The only people who really feel safe to me right now are those in my family I live with, and a few other calm friends I’ve had for years who understand depression but don’t see often. Being depressed means I find it exhausting just to exist sometimes, let alone be around someone who’s always “on” and theatrical and loud.
Nothing wrong with those traits in general. They’re just a lot for me to handle on a good day because I’m introverted and quiet and easily prone to sensory overload. They’re completely overwhelming when I’m depressed, which makes them sound like they’re being broadcast through amplifiers at a rock show.
And though I’ve battled depression off and on for all of my life and it has limited me in countless ways, filing for disability feels like the Big Boss of the fight (to use video game terminology.) It’s so much larger and more powerful than I ever could have imagined. I don’t even know how to defeat it.
I do know that I need gentle, supportive people around me, ones who will take me as I am and love me through this. I can’t take the risk of being attacked when I’m already so vulnerable.
I probably need people who will reach out to me and keep reaching out to me even though I may push them away.

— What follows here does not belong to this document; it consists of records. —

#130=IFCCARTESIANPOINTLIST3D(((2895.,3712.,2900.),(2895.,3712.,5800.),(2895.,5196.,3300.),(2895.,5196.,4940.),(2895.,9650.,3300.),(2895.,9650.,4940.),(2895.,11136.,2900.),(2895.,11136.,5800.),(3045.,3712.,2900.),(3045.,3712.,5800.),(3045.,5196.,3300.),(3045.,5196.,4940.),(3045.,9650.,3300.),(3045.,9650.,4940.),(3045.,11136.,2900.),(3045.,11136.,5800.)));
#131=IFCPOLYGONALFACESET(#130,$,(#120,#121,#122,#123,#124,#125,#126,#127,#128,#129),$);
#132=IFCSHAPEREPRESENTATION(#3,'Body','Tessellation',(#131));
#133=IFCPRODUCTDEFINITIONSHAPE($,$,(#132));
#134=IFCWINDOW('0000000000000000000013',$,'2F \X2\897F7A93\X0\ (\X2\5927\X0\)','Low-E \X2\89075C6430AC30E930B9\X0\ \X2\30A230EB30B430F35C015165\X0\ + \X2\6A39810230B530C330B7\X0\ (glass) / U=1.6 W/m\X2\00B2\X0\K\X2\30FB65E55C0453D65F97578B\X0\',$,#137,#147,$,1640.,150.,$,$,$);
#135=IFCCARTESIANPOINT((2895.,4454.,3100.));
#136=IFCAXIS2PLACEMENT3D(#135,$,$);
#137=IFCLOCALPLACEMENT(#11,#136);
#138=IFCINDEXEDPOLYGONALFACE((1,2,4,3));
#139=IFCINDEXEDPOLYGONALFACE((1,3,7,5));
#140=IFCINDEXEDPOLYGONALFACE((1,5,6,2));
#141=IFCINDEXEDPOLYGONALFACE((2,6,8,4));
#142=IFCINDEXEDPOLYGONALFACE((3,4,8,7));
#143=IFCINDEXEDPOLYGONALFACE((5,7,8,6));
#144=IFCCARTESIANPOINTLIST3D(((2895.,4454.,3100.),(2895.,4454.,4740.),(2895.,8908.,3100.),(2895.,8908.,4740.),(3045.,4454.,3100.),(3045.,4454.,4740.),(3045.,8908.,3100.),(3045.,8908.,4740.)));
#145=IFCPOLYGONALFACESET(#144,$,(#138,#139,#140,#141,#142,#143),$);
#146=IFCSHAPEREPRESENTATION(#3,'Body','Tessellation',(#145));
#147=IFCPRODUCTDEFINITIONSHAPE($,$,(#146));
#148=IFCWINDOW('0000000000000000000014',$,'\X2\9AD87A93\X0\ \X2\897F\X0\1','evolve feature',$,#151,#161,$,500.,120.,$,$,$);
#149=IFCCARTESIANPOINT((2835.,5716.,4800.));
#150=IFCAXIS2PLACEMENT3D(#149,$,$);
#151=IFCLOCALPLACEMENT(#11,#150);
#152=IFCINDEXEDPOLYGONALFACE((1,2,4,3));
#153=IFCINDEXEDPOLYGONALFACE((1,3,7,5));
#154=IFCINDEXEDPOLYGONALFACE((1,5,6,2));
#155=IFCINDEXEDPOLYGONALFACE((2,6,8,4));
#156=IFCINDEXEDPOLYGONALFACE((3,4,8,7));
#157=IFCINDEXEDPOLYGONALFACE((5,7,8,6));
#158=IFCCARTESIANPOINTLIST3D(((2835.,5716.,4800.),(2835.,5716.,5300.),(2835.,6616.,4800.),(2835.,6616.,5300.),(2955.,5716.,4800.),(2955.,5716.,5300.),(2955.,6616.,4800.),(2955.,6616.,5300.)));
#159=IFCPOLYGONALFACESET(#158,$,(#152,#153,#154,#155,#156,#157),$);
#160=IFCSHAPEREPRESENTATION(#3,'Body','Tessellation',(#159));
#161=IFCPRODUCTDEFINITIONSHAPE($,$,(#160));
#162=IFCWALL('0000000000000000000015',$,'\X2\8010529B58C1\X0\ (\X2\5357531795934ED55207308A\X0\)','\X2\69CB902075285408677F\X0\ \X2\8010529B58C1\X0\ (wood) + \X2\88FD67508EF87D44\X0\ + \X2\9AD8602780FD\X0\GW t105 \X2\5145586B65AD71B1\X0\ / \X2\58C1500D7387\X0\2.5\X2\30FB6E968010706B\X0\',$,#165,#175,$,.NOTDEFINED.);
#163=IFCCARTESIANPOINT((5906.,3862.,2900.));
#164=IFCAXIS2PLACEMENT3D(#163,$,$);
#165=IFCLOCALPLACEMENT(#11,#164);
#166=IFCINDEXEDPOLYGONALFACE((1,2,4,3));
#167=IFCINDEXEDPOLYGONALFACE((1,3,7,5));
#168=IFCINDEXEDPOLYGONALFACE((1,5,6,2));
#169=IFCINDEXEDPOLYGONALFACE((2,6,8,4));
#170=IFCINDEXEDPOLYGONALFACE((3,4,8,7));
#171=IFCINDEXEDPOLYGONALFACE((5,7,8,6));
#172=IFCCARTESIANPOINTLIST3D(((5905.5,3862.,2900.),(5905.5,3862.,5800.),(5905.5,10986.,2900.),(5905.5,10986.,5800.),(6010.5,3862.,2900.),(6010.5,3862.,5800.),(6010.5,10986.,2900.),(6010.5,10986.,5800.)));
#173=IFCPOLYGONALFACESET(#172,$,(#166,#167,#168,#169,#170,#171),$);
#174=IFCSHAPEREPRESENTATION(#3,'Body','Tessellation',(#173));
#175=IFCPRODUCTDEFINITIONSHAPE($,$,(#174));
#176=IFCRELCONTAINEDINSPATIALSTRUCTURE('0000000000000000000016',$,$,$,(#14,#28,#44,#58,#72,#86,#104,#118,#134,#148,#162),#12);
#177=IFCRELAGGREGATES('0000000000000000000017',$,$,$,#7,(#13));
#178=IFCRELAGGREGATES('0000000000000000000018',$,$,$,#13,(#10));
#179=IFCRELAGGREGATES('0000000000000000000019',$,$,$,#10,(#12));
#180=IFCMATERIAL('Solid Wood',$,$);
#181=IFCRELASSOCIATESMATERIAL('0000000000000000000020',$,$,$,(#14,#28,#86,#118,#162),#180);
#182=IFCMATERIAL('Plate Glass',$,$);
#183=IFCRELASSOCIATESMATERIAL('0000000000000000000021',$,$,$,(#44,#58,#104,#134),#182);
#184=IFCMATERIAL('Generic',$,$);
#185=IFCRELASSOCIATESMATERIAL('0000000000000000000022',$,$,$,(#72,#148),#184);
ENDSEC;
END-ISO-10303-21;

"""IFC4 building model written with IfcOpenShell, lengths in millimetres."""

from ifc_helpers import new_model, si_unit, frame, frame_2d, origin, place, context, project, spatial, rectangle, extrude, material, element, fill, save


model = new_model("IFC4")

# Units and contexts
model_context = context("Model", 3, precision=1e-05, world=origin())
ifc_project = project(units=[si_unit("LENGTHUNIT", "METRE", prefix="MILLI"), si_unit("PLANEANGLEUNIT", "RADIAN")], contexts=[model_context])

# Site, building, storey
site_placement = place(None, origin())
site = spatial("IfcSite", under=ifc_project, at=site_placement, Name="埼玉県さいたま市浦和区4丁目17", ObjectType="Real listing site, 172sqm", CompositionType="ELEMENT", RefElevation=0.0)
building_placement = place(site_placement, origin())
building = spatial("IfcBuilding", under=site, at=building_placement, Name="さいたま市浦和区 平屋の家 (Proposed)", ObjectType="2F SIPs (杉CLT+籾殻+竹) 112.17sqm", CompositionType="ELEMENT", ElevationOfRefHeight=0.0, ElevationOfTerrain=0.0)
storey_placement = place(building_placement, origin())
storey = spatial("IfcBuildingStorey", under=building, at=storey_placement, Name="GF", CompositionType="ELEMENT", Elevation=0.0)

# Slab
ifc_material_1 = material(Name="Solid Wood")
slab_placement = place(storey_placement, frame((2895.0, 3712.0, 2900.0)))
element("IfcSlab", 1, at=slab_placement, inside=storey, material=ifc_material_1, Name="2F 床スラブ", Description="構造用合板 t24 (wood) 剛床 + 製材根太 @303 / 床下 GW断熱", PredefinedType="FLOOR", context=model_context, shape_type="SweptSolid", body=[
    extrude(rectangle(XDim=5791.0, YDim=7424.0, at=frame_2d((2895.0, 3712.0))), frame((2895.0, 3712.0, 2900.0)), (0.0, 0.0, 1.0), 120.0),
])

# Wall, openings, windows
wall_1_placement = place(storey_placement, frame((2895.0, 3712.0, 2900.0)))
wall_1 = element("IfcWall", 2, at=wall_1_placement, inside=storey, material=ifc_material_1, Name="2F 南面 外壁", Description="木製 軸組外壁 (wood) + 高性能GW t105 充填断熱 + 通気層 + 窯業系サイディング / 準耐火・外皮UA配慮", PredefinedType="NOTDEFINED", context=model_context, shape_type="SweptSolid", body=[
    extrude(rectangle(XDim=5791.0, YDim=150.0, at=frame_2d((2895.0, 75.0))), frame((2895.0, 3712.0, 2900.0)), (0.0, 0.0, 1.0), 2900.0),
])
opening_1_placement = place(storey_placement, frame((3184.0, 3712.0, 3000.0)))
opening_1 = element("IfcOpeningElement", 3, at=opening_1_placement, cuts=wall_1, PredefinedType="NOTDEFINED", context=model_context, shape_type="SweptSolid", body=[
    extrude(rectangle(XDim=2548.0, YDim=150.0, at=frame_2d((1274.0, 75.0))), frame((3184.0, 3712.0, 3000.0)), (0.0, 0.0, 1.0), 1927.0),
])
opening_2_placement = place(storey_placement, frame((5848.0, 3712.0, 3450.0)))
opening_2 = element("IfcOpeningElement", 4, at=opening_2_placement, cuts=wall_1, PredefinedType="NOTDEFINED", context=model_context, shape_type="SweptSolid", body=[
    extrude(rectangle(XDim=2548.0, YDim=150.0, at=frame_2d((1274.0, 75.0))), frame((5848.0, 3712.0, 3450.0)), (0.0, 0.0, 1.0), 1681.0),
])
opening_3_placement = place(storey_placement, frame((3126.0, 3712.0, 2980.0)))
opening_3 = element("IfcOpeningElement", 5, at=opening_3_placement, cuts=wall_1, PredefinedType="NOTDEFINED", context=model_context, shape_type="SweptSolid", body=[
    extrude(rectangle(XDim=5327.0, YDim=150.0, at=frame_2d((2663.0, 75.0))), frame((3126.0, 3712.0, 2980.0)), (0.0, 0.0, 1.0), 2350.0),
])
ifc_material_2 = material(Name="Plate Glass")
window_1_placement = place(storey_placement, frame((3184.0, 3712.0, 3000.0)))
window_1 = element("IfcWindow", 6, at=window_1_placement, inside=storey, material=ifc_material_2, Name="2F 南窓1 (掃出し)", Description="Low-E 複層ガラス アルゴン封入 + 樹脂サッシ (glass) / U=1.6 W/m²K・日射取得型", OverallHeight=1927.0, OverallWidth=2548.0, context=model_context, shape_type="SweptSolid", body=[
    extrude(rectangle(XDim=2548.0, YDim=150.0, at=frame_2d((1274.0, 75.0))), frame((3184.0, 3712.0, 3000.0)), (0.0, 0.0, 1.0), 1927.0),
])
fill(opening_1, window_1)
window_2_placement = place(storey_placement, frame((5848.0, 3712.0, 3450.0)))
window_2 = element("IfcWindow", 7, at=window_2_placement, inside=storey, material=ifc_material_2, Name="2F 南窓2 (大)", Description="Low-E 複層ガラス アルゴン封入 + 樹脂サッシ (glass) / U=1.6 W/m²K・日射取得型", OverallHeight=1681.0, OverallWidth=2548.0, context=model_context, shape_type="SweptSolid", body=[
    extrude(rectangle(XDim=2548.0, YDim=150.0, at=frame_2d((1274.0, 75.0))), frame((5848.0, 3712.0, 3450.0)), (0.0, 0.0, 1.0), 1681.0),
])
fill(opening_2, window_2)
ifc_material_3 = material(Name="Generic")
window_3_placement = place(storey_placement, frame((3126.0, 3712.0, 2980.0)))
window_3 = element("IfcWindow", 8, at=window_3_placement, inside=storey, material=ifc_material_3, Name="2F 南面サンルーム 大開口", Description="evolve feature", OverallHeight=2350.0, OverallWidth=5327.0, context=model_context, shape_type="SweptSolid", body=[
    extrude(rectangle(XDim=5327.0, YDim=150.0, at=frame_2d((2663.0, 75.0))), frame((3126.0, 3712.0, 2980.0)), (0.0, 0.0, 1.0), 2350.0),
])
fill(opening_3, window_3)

But between everyone having busy lives of their own and the fact that I’ve pushed many people away as a result of my depression, I can’t realistically expect anyone to have the time or inclination to let me know I’m worth the effort.
And I get it that not everyone has enough empathy or extra energy to even want to try to handle this, let alone try different ways or more than once. The things that cheer me up aren’t the same things that cheer up most people. I’m probably being a little selfish right now, but this really is the best I can do at the moment.
Things aren’t so bleak that I think my husband and kids are the only ones who love me. But I would rather be limited to just the people who feel safe than go through being attacked again. And I know that ultimately it’s my job to fix myself.
But the depression that came along with filing for disability was massive and unexpected. I try to believe that there’s going to be a better day coming, but right now I have nothing to look forward to. I had so many things I wanted to do with my life that now just aren’t ever going to happen. I once had a pretty formidable intellect and now I can’t remember instructions with more than a couple steps.
I’m just putting one foot in front of the other until hopefully, I’ll reach a point where this hopelessness has passed.
What am I going to do with my life? Will I find enough joy in a spiritual practice and maybe be able to get a part-time job at a library once the kids are grown and don’t need transportation? I guess that’s the hope that I’m clinging to, but that’s still realistically a couple years in the future.
How will I hang on if things continue being this bleak until then? My husband has to work a second job because of me just so we can scrape by, which both leaves me lonelier and puts an unfair burden on him. This is not what I want at all.
What if I’m one of those people who take years to get approved for disability? I feel so useless. There’s nothing much going on in my life. I have very little in the future that excites me. Until I get disability, I will have even less.
But the disability filing and seeing exactly how small and limited my world has gotten just feels like I ran into the biggest roadblock of my life. I barely had enough energy to get through regular life before this. Now trying to go around the roadblock feels so insurmountable that all I can do is sit down and wait to come up with a new strategy to get past it.
Until then, I really feel stuck and useless and pathetic. I feel like my life as I knew it just ended and I can’t seem to come to terms with that yet.